AIM OF THE TASK
Quote all of the entries word for word.

^^^^^^^^^^^^^^^^

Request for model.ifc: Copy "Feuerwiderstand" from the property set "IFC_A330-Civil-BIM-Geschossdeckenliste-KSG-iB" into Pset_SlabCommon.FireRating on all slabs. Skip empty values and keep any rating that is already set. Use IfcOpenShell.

First a look at what the model holds.

```python
import ifcopenshell
import ifcopenshell.util.element

model = ifcopenshell.open("model.ifc")
print(model.schema)
slabs = model.by_type("IfcSlab")
print(len(slabs), "slabs")
for e in slabs[:8]:
    source = ifcopenshell.util.element.get_pset(e, "IFC_A330-Civil-BIM-Geschossdeckenliste-KSG-iB", "Feuerwiderstand")
    target = ifcopenshell.util.element.get_pset(e, "Pset_SlabCommon", "FireRating")
    print(e.id(), repr(source), repr(target), sep=" | ")
```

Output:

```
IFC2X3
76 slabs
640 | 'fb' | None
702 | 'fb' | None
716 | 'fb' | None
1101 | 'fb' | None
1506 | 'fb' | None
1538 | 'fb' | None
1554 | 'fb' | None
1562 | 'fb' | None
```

```python
import ifcopenshell
import ifcopenshell.api.pset
import ifcopenshell.util.element

model = ifcopenshell.open("model.ifc")

count = 0
for e in model.by_type("IfcSlab"):
    value = ifcopenshell.util.element.get_pset(e, "IFC_A330-Civil-BIM-Geschossdeckenliste-KSG-iB", "Feuerwiderstand")
    current = ifcopenshell.util.element.get_pset(e, "Pset_SlabCommon", "FireRating")
    if not value or not value.strip() or current:
        continue
    found = ifcopenshell.util.element.get_pset(e, "Pset_SlabCommon", should_inherit=False)
    if found:
        pset = model.by_id(found["id"])
        if len(ifcopenshell.util.element.get_elements_by_pset(pset)) > 1:
            pset = ifcopenshell.api.pset.unshare_pset(model, products=[e], pset=pset)[0]
    else:
        pset = ifcopenshell.api.pset.add_pset(model, product=e, name="Pset_SlabCommon")
    ifcopenshell.api.pset.edit_pset(model, pset=pset, properties={"FireRating": value})
    count += 1

print(count, "slabs updated")

model.write("model_rev.ifc")
```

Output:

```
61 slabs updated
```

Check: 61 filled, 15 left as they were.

^^^^^^^^^^^^^^^^

RESULT
Request for model.ifc: Copy "Feuerwiderstand" from the property set "IFC_A330-Civil-BIM-Geschossdeckenliste-KSG-iB" into Pset_SlabCommon.FireRating on all slabs. Skip empty values and keep any rating that is already set. Use IfcOpenShell.

First a look at what the model holds.

```python
import ifcopenshell
import ifcopenshell.util.element

model = ifcopenshell.open("model.ifc")
print(model.schema)
slabs = model.by_type("IfcSlab")
print(len(slabs), "slabs")
for e in slabs[:8]:
    source = ifcopenshell.util.element.get_pset(e, "IFC_A330-Civil-BIM-Geschossdeckenliste-KSG-iB", "Feuerwiderstand")
    target = ifcopenshell.util.element.get_pset(e, "Pset_SlabCommon", "FireRating")
    print(e.id(), repr(source), repr(target), sep=" | ")
```

Output:

```
IFC2X3
76 slabs
640 | 'fb' | None
702 | 'fb' | None
716 | 'fb' | None
1101 | 'fb' | None
1506 | 'fb' | None
1538 | 'fb' | None
1554 | 'fb' | None
1562 | 'fb' | None
```

```python
import ifcopenshell
import ifcopenshell.api.pset
import ifcopenshell.util.element

model = ifcopenshell.open("model.ifc")

count = 0
for e in model.by_type("IfcSlab"):
    value = ifcopenshell.util.element.get_pset(e, "IFC_A330-Civil-BIM-Geschossdeckenliste-KSG-iB", "Feuerwiderstand")
    current = ifcopenshell.util.element.get_pset(e, "Pset_SlabCommon", "FireRating")
    if not value or not value.strip() or current:
        continue
    found = ifcopenshell.util.element.get_pset(e, "Pset_SlabCommon", should_inherit=False)
    if found:
        pset = model.by_id(found["id"])
        if len(ifcopenshell.util.element.get_elements_by_pset(pset)) > 1:
            pset = ifcopenshell.api.pset.unshare_pset(model, products=[e], pset=pset)[0]
    else:
        pset = ifcopenshell.api.pset.add_pset(model, product=e, name="Pset_SlabCommon")
    ifcopenshell.api.pset.edit_pset(model, pset=pset, properties={"FireRating": value})
    count += 1

print(count, "slabs updated")

model.write("model_rev.ifc")
```

Output:

```
61 slabs updated
```

Check: 61 filled, 15 left as they were.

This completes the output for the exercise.